*** Opening of EXCERPTED RECORDS ***

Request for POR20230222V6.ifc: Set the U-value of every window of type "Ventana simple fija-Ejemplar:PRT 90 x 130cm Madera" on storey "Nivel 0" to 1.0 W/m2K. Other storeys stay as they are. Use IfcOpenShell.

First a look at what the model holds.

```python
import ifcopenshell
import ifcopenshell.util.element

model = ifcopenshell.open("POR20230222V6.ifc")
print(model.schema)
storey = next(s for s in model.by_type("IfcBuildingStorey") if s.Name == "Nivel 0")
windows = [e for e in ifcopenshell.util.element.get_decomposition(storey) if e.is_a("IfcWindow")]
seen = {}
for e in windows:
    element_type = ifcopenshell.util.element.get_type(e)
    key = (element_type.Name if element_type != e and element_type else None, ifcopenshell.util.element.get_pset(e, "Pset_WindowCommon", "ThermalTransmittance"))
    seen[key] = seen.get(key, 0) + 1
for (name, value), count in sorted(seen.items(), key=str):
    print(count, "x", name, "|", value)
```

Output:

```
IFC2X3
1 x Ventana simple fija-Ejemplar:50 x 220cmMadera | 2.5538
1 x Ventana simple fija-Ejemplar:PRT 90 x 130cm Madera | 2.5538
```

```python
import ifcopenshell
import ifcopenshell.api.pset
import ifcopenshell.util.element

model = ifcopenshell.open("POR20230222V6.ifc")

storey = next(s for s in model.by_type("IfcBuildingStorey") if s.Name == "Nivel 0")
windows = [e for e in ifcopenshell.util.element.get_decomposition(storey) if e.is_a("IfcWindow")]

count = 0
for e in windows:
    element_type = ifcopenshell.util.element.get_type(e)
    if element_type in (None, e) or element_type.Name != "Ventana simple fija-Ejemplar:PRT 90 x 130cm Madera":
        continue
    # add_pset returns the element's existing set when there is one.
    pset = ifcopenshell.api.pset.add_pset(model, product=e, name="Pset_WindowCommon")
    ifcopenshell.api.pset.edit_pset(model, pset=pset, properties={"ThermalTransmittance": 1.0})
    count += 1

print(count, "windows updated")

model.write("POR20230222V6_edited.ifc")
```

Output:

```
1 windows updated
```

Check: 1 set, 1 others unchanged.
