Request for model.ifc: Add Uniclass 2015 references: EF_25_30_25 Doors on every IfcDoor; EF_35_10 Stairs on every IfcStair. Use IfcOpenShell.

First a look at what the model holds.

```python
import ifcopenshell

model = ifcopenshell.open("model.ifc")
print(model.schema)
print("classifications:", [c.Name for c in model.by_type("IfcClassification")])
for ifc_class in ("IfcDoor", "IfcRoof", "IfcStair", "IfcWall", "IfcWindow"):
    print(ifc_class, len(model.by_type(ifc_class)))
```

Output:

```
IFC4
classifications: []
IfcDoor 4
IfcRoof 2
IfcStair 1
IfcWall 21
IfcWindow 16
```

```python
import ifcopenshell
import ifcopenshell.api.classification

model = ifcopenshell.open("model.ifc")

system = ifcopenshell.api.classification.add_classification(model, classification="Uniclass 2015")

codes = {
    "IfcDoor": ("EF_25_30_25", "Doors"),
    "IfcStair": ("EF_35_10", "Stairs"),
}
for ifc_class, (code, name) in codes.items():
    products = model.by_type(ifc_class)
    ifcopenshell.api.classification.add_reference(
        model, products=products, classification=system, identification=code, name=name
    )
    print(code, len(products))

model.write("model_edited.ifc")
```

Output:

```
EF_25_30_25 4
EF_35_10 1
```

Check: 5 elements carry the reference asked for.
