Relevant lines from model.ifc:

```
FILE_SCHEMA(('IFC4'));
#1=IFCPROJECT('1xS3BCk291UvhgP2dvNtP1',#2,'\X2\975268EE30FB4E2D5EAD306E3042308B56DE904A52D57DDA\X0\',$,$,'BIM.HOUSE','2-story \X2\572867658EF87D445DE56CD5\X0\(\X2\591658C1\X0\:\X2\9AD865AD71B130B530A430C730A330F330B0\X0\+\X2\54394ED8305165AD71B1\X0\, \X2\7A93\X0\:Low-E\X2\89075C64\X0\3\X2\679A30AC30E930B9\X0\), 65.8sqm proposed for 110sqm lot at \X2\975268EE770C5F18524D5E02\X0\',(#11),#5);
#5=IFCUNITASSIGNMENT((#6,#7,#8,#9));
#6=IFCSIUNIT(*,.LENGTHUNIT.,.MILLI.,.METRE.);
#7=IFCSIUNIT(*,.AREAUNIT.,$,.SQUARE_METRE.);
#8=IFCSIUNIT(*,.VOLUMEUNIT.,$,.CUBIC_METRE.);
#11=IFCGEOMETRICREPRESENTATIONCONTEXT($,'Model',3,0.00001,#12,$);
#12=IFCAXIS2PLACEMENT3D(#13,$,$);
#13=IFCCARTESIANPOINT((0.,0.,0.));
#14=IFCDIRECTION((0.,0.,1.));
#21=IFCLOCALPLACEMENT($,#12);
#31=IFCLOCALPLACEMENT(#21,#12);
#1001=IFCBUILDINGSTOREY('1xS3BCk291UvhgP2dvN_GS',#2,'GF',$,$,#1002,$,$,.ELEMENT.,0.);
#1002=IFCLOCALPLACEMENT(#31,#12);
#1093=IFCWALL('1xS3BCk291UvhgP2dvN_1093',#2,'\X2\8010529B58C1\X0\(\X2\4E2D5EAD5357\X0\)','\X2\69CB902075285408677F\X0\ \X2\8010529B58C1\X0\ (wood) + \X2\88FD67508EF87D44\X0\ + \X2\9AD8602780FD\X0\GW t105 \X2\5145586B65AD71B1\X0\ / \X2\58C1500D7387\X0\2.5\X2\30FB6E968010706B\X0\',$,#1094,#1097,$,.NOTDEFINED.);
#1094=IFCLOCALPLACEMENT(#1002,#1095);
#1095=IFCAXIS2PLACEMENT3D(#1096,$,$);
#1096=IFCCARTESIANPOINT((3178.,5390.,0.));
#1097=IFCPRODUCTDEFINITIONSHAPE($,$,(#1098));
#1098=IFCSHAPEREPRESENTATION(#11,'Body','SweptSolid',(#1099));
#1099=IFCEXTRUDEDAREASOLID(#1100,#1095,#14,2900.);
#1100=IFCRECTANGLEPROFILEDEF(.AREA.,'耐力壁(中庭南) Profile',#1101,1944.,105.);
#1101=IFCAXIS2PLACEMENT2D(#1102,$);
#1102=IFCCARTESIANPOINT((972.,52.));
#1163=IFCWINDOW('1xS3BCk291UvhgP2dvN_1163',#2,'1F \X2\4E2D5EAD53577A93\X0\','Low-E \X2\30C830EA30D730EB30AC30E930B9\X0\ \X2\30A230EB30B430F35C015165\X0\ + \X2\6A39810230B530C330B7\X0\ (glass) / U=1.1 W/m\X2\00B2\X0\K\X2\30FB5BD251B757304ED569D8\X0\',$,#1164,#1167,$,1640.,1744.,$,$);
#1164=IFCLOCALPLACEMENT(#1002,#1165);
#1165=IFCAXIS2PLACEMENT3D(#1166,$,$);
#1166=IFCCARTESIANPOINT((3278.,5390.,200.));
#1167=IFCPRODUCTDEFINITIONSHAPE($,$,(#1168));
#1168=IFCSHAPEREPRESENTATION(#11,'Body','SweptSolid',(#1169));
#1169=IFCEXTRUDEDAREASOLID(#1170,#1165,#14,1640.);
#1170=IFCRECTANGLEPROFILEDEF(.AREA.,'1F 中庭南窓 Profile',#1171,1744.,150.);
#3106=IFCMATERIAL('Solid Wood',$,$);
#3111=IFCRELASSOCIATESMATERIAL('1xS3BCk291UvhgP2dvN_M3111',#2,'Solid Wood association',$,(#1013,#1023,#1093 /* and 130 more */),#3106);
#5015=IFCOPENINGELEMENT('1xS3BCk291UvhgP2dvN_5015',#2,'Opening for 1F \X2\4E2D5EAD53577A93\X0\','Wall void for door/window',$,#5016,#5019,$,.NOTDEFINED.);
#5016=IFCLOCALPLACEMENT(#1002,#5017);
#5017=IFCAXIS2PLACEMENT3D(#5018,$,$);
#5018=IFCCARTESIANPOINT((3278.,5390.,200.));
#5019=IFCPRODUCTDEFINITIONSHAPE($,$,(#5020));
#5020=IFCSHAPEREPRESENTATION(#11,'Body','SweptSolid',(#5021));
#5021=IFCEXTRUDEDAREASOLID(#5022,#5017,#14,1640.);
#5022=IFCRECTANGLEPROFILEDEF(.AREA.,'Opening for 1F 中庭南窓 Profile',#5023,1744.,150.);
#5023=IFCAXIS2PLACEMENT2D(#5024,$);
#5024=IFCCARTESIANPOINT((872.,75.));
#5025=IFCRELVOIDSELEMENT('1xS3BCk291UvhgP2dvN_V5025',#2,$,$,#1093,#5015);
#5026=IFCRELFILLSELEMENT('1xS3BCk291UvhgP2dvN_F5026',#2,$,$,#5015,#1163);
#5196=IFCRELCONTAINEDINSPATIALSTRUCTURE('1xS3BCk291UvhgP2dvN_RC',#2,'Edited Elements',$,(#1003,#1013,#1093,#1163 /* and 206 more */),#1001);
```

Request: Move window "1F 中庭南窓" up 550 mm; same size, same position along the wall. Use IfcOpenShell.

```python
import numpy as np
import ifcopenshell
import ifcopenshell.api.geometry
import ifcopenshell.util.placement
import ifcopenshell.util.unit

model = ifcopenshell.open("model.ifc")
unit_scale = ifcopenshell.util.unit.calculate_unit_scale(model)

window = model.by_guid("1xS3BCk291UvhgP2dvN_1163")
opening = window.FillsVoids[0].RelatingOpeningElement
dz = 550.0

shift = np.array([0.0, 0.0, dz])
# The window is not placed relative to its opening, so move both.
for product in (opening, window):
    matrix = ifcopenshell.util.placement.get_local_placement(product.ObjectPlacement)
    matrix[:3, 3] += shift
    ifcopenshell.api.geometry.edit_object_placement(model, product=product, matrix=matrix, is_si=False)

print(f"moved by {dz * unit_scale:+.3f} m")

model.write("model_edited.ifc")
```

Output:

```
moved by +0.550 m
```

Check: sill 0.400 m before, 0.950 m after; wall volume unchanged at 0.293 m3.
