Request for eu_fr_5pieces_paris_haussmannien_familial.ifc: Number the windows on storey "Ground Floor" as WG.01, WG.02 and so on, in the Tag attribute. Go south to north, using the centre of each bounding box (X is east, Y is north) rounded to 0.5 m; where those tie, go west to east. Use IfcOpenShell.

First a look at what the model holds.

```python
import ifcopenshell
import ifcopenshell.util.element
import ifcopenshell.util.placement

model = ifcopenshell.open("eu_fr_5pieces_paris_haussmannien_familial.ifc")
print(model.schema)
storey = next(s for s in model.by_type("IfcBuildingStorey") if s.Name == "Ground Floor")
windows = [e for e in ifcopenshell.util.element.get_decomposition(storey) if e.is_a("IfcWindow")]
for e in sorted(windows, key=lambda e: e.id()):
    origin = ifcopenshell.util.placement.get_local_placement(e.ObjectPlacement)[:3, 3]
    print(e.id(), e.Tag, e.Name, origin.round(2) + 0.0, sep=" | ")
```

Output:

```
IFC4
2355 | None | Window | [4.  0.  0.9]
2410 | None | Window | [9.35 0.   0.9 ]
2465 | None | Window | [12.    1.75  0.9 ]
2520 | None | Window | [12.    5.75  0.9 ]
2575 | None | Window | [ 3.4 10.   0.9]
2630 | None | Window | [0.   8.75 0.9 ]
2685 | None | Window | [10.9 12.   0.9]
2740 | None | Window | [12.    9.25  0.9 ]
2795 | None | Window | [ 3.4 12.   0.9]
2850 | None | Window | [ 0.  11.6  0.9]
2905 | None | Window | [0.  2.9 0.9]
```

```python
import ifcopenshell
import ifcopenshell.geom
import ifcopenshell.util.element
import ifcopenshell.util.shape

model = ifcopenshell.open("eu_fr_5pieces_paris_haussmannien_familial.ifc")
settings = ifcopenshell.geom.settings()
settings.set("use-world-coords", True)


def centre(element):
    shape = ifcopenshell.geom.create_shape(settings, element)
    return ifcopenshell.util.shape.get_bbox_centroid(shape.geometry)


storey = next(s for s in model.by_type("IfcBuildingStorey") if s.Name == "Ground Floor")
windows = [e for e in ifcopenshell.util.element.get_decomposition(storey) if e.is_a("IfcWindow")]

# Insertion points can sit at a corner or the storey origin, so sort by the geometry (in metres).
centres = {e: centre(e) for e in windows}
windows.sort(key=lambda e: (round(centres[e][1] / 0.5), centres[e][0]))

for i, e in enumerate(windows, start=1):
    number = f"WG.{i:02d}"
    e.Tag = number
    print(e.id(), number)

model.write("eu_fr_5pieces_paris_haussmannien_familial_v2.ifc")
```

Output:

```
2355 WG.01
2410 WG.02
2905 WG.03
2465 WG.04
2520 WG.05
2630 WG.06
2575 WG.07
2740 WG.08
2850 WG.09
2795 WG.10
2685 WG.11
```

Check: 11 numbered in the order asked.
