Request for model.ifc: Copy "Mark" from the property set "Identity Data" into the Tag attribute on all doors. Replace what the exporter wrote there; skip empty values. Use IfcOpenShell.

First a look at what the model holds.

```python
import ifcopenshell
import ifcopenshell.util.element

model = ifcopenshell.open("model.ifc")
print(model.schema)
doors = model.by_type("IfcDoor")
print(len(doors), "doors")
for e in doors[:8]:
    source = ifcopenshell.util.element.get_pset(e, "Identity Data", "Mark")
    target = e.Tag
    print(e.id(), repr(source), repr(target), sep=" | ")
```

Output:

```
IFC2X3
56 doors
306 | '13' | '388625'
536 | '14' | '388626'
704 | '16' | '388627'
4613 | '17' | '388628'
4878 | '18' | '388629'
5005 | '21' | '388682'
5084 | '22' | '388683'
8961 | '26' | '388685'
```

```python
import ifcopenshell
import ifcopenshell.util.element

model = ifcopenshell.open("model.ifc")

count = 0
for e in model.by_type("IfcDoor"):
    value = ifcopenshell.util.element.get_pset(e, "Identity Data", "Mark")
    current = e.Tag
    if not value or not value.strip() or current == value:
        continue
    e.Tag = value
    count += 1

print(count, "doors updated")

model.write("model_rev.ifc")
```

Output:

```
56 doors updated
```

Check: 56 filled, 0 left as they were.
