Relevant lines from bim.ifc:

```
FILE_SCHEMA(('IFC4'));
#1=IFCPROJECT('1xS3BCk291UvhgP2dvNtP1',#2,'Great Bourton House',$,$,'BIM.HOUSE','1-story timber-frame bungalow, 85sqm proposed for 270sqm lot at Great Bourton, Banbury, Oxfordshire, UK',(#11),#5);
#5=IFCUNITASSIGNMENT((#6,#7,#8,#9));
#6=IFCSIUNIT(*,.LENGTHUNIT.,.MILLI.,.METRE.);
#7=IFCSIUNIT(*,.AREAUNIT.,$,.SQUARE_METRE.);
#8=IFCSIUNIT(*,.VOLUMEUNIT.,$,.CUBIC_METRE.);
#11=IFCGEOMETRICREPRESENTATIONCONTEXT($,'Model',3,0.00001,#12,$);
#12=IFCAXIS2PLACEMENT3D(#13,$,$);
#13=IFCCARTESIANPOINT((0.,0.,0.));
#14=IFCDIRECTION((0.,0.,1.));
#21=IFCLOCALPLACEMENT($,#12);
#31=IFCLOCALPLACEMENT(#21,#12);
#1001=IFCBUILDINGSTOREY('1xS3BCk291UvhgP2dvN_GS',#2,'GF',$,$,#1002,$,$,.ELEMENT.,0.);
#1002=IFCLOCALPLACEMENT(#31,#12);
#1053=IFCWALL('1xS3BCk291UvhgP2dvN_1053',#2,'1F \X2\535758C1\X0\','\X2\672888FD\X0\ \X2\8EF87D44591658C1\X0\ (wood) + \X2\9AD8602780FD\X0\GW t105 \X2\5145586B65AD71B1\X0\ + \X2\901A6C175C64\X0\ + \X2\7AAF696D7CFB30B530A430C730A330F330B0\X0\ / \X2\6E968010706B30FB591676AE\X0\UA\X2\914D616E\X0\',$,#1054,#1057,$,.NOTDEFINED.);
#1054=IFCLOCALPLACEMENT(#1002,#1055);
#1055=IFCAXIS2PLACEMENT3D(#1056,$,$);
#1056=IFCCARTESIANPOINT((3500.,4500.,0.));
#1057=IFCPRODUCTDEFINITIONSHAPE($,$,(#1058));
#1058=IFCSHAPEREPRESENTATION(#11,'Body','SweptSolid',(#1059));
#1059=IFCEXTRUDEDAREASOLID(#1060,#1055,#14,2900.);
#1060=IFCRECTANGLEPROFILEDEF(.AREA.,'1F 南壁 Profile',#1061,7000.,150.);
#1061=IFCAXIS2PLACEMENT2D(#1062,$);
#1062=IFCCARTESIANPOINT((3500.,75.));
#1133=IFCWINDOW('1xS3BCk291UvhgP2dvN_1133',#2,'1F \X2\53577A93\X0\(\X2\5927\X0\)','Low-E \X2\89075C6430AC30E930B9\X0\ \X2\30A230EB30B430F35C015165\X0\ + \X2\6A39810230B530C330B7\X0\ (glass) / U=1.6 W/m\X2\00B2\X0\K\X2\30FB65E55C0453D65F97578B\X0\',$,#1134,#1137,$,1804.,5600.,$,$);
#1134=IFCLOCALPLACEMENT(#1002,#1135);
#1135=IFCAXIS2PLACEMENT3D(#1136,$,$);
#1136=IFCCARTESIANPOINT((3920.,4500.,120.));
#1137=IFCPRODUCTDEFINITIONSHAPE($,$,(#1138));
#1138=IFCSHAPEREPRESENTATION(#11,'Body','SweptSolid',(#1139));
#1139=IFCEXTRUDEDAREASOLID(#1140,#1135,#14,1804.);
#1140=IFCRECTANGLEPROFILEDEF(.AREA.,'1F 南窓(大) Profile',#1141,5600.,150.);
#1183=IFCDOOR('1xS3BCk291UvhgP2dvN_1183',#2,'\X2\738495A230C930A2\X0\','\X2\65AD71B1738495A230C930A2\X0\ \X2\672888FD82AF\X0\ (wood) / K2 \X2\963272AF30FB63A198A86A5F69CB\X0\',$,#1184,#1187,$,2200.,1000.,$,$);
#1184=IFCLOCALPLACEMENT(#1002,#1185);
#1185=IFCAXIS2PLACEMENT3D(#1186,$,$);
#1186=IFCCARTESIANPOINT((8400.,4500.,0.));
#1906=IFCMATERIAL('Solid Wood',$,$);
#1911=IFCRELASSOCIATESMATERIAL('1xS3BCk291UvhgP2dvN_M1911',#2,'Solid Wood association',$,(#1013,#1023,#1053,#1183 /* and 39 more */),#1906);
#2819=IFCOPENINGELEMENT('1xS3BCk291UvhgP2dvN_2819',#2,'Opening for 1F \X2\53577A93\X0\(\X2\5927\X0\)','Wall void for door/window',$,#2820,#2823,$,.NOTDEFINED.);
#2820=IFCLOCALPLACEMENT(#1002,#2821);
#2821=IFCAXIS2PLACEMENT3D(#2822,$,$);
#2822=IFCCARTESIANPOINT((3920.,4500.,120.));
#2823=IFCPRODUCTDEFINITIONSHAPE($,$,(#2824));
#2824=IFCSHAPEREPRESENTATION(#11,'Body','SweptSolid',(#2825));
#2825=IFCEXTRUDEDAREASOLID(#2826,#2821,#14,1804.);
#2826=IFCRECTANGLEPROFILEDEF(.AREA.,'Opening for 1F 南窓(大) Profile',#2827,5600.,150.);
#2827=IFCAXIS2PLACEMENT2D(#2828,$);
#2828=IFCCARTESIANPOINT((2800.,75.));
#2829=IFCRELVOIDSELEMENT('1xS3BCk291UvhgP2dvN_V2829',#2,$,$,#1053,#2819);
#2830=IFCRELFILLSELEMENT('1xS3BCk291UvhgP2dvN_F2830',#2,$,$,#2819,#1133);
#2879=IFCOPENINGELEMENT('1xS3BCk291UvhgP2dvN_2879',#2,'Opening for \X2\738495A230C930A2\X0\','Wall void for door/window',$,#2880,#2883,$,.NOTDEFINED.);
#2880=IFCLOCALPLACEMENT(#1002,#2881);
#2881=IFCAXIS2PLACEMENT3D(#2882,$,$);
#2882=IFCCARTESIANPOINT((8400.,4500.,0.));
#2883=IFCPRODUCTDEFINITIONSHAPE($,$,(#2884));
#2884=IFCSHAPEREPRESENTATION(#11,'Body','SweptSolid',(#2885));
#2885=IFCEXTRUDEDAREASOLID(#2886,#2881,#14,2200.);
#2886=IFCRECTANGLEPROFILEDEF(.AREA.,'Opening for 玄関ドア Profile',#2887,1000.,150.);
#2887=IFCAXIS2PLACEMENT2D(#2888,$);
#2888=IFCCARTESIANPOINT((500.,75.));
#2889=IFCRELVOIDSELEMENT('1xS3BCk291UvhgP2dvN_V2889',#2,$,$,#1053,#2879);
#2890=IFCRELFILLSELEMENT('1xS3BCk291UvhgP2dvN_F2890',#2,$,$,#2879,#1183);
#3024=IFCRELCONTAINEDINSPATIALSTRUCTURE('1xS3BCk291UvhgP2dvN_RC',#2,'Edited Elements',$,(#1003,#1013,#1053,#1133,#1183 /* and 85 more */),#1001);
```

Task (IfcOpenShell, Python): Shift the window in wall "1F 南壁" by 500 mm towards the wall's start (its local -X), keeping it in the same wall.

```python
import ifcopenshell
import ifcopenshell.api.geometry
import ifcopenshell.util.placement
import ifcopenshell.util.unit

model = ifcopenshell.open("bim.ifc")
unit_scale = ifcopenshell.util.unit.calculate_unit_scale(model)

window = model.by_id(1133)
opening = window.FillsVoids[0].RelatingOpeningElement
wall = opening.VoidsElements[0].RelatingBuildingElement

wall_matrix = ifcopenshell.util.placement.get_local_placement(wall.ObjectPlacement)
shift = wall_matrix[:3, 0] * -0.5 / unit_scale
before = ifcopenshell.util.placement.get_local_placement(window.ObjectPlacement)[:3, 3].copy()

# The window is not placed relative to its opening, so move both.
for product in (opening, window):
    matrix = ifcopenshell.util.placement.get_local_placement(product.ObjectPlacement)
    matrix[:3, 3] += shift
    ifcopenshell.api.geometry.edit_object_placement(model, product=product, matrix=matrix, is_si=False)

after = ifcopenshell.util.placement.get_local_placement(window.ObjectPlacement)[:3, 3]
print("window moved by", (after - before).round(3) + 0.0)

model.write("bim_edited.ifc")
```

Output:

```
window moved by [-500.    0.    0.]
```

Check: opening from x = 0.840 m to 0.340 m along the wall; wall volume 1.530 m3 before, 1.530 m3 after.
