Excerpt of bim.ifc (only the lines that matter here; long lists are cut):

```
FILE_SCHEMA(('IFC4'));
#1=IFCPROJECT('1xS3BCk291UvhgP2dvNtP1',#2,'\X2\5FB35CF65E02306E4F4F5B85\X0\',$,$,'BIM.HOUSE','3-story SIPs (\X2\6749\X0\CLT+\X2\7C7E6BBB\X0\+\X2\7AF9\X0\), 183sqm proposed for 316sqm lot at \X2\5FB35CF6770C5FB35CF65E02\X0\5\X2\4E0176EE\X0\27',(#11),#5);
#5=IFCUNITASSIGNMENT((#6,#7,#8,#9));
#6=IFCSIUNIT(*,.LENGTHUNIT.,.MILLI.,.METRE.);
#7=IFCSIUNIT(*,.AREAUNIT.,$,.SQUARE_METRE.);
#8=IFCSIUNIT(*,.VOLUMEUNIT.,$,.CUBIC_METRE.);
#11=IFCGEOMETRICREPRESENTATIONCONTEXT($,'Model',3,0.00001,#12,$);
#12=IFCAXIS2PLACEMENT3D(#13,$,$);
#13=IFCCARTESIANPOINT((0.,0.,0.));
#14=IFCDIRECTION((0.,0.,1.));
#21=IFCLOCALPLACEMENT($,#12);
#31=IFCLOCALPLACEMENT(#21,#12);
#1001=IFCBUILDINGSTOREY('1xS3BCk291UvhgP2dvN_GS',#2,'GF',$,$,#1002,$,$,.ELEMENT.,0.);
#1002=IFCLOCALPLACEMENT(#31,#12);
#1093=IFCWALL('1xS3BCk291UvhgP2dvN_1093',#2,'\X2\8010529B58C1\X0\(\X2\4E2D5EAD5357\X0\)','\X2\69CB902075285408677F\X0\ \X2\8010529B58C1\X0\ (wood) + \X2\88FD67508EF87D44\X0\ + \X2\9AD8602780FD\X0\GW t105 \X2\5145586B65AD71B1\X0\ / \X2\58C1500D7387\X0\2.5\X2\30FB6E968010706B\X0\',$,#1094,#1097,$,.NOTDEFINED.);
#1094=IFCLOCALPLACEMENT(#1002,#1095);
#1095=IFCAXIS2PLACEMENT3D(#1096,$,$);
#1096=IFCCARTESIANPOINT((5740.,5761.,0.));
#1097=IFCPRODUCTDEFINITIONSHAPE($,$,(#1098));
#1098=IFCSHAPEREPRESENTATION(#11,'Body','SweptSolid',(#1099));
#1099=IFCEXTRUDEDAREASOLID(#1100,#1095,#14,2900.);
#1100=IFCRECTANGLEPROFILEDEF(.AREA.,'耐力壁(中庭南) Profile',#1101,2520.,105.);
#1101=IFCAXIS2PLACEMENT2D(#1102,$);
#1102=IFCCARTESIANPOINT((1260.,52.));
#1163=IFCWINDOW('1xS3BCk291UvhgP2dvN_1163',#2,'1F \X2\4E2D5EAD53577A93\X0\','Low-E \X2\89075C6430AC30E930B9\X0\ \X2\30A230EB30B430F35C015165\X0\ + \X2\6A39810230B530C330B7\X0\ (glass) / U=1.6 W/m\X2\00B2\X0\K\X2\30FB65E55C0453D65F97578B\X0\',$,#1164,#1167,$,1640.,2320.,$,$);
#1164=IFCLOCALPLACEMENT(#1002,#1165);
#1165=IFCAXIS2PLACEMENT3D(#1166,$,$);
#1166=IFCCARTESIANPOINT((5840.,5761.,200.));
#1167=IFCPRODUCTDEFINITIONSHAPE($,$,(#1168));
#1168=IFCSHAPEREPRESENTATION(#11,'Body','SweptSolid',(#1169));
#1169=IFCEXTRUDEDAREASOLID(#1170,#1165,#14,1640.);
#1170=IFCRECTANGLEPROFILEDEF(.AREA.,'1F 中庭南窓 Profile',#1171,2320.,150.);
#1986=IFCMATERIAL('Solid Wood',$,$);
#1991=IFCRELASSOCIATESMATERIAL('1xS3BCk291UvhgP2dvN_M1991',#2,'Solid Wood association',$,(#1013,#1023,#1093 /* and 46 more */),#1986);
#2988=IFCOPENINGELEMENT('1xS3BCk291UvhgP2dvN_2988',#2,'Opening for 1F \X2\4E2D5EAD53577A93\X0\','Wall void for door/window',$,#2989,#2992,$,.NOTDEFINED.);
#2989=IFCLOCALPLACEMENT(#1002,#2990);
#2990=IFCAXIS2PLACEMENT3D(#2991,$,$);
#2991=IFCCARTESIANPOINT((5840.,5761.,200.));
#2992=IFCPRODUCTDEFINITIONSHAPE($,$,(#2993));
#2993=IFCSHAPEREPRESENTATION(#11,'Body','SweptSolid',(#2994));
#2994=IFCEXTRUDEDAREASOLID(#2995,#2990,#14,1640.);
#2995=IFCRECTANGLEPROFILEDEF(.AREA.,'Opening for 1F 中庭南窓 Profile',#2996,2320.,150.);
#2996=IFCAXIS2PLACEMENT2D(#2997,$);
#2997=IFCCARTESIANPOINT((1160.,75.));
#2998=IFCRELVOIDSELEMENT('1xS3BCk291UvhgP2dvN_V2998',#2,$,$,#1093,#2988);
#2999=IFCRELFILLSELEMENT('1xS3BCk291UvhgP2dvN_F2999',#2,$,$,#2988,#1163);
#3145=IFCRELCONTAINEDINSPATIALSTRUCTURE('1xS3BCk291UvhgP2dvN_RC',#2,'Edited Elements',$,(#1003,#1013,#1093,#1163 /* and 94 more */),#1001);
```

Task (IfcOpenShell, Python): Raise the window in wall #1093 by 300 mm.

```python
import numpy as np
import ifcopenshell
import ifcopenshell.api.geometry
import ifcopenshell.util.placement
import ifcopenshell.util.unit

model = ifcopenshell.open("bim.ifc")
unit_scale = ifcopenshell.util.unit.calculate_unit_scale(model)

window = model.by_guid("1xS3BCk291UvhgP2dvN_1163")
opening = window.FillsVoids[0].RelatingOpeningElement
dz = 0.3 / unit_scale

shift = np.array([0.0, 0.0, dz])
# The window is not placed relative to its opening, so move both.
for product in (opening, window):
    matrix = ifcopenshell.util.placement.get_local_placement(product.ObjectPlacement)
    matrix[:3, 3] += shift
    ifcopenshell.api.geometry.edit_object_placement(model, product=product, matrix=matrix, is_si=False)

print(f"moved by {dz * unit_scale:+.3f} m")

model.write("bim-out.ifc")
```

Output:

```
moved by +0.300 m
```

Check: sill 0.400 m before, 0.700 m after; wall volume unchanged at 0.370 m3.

*** Close of EXCERPTED RECORDS ***

:: WORK INSTRUCTION ::
Find the string "lines" in the entries above. Copy each line where it occurs.

:: RESPONSE ::
Relevant lines from model.ifc:
Relevant lines from bim.ifc:
Excerpt of bim.ifc (only the lines that matter here; long lists are cut):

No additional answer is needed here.